> [ABOUT THIS EXERCISE]:
Only one stretch of the data below is wanted: the lines starting at the one with "#17=IFCINDEXEDPOLYGONALFACE((1,3,7,5));" and ending at the one with "#25=IFCPRODUCTDEFINITIONSHAPE($,$,(#24));", both included, given again exactly.

______________________________

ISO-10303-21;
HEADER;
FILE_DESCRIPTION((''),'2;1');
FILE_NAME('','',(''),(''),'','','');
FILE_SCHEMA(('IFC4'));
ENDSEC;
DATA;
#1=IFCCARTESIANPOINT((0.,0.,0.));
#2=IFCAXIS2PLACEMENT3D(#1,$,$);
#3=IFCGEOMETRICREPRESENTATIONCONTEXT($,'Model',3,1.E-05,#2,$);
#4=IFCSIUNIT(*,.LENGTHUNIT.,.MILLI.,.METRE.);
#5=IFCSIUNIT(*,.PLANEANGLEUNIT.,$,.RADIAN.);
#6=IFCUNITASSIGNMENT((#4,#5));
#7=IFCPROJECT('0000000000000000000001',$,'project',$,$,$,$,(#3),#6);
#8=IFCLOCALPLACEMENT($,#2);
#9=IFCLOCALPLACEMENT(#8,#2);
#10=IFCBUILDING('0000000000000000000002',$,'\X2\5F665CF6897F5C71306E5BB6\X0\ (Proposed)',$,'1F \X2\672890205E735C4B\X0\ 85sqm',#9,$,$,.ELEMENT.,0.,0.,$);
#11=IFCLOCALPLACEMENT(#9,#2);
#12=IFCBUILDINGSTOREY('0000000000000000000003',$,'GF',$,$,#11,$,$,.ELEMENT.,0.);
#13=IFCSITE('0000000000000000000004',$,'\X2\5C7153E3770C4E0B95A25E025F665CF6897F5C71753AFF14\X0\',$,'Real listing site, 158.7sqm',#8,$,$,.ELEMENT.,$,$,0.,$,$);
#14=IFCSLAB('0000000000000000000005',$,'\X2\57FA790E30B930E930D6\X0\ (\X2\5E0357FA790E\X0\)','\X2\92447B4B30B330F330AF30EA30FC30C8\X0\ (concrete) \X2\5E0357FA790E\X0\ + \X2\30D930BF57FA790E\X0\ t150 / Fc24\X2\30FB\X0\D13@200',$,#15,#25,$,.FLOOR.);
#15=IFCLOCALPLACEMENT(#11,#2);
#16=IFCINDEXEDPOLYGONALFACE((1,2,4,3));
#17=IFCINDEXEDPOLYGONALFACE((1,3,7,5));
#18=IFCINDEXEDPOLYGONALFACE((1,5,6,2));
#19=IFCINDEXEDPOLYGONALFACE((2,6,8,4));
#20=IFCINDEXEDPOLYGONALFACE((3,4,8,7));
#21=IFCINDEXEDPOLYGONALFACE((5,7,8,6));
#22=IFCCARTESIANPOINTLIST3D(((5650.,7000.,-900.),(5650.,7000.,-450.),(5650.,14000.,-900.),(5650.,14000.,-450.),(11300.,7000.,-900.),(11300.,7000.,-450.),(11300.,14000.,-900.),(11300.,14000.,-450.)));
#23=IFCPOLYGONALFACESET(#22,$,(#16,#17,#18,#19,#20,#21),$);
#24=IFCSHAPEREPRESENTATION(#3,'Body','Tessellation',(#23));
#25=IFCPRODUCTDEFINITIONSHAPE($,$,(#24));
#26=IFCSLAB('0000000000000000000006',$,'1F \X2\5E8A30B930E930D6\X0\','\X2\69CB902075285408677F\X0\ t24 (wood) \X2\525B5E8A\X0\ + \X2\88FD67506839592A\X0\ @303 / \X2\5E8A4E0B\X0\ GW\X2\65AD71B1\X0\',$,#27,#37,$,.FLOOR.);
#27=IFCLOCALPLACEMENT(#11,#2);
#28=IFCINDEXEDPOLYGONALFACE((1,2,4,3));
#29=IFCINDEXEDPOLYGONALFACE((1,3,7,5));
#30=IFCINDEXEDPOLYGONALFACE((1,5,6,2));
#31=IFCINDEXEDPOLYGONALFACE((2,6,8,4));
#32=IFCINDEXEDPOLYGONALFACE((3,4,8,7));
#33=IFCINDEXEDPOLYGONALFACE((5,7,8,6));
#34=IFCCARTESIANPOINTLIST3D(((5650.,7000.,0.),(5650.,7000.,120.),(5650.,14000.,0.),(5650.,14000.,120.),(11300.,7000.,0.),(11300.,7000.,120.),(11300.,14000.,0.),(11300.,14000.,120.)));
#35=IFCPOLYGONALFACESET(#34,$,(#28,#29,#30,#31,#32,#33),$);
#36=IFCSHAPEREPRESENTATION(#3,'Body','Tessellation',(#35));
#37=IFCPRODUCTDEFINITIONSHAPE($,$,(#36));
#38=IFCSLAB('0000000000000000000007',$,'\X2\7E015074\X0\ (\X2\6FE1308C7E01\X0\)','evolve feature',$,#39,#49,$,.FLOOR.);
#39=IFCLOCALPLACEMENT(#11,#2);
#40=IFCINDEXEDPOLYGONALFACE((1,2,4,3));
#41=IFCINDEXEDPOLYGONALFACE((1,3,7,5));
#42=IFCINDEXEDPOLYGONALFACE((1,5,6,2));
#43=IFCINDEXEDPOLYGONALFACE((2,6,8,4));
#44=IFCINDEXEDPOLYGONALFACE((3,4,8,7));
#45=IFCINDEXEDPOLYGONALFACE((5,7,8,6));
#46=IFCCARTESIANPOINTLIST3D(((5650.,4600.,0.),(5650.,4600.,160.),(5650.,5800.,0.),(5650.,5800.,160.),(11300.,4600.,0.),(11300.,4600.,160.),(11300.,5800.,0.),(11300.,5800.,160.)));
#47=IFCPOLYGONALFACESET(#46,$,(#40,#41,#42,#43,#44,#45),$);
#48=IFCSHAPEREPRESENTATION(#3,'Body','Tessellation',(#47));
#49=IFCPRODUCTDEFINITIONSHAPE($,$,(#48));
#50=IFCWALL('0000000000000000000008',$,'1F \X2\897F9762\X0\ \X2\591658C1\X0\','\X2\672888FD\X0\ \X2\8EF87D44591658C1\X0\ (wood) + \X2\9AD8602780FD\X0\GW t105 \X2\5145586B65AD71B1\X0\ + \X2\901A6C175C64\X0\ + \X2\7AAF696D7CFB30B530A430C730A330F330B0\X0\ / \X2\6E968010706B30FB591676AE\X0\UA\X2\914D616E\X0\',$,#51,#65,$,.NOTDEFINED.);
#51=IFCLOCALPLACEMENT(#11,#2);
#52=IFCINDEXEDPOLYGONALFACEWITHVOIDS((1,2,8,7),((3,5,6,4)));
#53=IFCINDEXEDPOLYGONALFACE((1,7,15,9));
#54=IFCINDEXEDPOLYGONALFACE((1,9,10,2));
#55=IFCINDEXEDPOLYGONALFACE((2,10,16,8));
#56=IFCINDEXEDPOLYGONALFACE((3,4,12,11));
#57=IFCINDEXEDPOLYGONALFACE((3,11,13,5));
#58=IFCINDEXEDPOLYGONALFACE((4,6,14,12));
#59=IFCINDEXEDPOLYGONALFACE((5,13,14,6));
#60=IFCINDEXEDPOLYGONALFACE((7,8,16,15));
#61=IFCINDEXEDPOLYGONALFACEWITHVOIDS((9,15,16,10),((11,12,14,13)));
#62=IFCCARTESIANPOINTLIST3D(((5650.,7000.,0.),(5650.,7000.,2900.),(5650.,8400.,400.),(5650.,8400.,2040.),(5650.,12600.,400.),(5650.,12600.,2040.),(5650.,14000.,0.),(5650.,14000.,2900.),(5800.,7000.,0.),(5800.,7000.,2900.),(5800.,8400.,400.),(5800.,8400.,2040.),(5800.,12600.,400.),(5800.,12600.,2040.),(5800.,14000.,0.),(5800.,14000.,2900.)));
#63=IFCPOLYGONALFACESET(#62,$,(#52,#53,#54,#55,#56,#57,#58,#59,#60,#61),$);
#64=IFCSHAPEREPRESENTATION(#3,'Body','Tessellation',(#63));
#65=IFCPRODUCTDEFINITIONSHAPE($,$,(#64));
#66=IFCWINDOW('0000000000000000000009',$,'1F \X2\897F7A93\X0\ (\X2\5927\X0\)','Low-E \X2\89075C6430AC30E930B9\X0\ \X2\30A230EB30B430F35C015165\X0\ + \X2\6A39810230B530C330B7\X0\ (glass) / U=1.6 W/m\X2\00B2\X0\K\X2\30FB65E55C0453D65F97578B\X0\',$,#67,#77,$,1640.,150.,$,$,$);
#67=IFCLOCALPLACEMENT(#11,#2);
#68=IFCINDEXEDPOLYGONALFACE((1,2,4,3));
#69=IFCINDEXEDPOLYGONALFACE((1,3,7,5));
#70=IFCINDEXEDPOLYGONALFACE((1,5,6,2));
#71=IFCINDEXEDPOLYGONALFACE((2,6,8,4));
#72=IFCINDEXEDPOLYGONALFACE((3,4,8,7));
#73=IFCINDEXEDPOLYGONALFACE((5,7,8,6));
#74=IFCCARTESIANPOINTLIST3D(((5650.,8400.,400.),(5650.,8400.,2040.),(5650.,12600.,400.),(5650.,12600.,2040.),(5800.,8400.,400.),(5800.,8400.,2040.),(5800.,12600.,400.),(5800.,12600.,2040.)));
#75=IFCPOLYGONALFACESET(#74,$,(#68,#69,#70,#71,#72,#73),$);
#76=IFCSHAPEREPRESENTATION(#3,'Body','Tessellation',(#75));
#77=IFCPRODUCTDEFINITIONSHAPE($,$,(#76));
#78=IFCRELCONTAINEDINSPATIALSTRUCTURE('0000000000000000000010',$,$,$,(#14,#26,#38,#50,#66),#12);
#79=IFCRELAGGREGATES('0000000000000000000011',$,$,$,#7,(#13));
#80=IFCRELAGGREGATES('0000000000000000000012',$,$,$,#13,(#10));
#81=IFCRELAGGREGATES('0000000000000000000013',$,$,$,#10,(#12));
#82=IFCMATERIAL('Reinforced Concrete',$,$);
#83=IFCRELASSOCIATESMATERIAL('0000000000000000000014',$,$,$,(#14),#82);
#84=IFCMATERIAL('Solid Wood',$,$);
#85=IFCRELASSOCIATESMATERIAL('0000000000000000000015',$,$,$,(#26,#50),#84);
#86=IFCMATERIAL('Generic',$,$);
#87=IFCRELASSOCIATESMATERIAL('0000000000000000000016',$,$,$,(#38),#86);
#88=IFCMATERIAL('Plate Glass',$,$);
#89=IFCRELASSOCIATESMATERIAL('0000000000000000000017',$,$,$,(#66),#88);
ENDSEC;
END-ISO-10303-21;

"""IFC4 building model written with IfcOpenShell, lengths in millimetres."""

from ifc_helpers import new_model, si_unit, frame, frame_2d, origin, place, context, project, spatial, rectangle, extrude, material, element, fill, save


model = new_model("IFC4")

# Units and contexts
model_context = context("Model", 3, precision=1e-05, world=origin())
ifc_project = project(units=[si_unit("LENGTHUNIT", "METRE", prefix="MILLI"), si_unit("PLANEANGLEUNIT", "RADIAN")], contexts=[model_context])

# Site, building, storey
site_placement = place(None, origin())
site = spatial("IfcSite", under=ifc_project, at=site_placement, Name="山口県下関市彦島西山町４", ObjectType="Real listing site, 158.7sqm", CompositionType="ELEMENT", RefElevation=0.0)
building_placement = place(site_placement, origin())
building = spatial("IfcBuilding", under=site, at=building_placement, Name="彦島西山の家 (Proposed)", ObjectType="1F 木造平屋 85sqm", CompositionType="ELEMENT", ElevationOfRefHeight=0.0, ElevationOfTerrain=0.0)
storey_placement = place(building_placement, origin())
storey = spatial("IfcBuildingStorey", under=building, at=storey_placement, Name="GF", CompositionType="ELEMENT", Elevation=0.0)

# Slabs
ifc_material_1 = material(Name="Reinforced Concrete")
slab_1_placement = place(storey_placement, frame((2825.0, 3500.0, -450.0)))
element("IfcSlab", 1, at=slab_1_placement, inside=storey, material=ifc_material_1, Name="基礎スラブ (布基礎)", Description="鉄筋コンクリート (concrete) 布基礎 + ベタ基礎 t150 / Fc24・D13@200", PredefinedType="FLOOR", context=model_context, shape_type="SweptSolid", body=[
    extrude(rectangle(XDim=5650.0, YDim=7000.0, at=frame_2d((2825.0, 3500.0))), frame((2825.0, 3500.0, -450.0)), (0.0, 0.0, 1.0), 450.0),
])
ifc_material_2 = material(Name="Solid Wood")
slab_2_placement = place(storey_placement, frame((2825.0, 3500.0, 0.0)))
element("IfcSlab", 2, at=slab_2_placement, inside=storey, material=ifc_material_2, Name="1F 床スラブ", Description="構造用合板 t24 (wood) 剛床 + 製材根太 @303 / 床下 GW断熱", PredefinedType="FLOOR", context=model_context, shape_type="SweptSolid", body=[
    extrude(rectangle(XDim=5650.0, YDim=7000.0, at=frame_2d((2825.0, 3500.0))), frame((2825.0, 3500.0, 0.0)), (0.0, 0.0, 1.0), 120.0),
])
ifc_material_3 = material(Name="Generic")
slab_3_placement = place(storey_placement, frame((2825.0, 2300.0, 0.0)))
element("IfcSlab", 3, at=slab_3_placement, inside=storey, material=ifc_material_3, Name="縁側 (濡れ縁)", Description="evolve feature", PredefinedType="FLOOR", context=model_context, shape_type="SweptSolid", body=[
    extrude(rectangle(XDim=5650.0, YDim=1200.0, at=frame_2d((2825.0, 600.0))), frame((2825.0, 2300.0, 0.0)), (0.0, 0.0, 1.0), 160.0),
])

# Shared definitions
ifc_material_4 = material(Name="Plate Glass")

# Wall, opening, window
wall_1_placement = place(storey_placement, frame((2825.0, 3500.0, 0.0)))
wall_1 = element("IfcWall", 4, at=wall_1_placement, inside=storey, material=ifc_material_2, Name="1F 西面 外壁", Description="木製 軸組外壁 (wood) + 高性能GW t105 充填断熱 + 通気層 + 窯業系サイディング / 準耐火・外皮UA配慮", PredefinedType="NOTDEFINED", context=model_context, shape_type="SweptSolid", body=[
    extrude(rectangle(XDim=150.0, YDim=7000.0, at=frame_2d((75.0, 3500.0))), frame((2825.0, 3500.0, 0.0)), (0.0, 0.0, 1.0), 2900.0),
])
opening_1_placement = place(storey_placement, frame((2825.0, 4200.0, 200.0)))
opening_1 = element("IfcOpeningElement", 5, at=opening_1_placement, cuts=wall_1, PredefinedType="NOTDEFINED", context=model_context, shape_type="SweptSolid", body=[
    extrude(rectangle(XDim=150.0, YDim=4200.0, at=frame_2d((75.0, 2100.0))), frame((2825.0, 4200.0, 200.0)), (0.0, 0.0, 1.0), 1640.0),
])
window_1_placement = place(storey_placement, frame((2825.0, 4200.0, 200.0)))
window_1 = element("IfcWindow", 6, at=window_1_placement, inside=storey, material=ifc_material_4, Name="1F 西窓 (大)", Description="Low-E 複層ガラス アルゴン封入 + 樹脂サッシ (glass) / U=1.6 W/m²K・日射取得型", OverallHeight=1640.0, OverallWidth=150.0, context=model_context, shape_type="SweptSolid", body=[
    extrude(rectangle(XDim=150.0, YDim=4200.0, at=frame_2d((75.0, 2100.0))), frame((2825.0, 4200.0, 200.0)), (0.0, 0.0, 1.0), 1640.0),
])
fill(opening_1, window_1)

save(model, "model.ifc")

______________________________

> [YOUR SOLUTION]:
#17=IFCINDEXEDPOLYGONALFACE((1,3,7,5));
#18=IFCINDEXEDPOLYGONALFACE((1,5,6,2));
#19=IFCINDEXEDPOLYGONALFACE((2,6,8,4));
#20=IFCINDEXEDPOLYGONALFACE((3,4,8,7));
#21=IFCINDEXEDPOLYGONALFACE((5,7,8,6));
#22=IFCCARTESIANPOINTLIST3D(((5650.,7000.,-900.),(5650.,7000.,-450.),(5650.,14000.,-900.),(5650.,14000.,-450.),(11300.,7000.,-900.),(11300.,7000.,-450.),(11300.,14000.,-900.),(11300.,14000.,-450.)));
#23=IFCPOLYGONALFACESET(#22,$,(#16,#17,#18,#19,#20,#21),$);
#24=IFCSHAPEREPRESENTATION(#3,'Body','Tessellation',(#23));
#25=IFCPRODUCTDEFINITIONSHAPE($,$,(#24));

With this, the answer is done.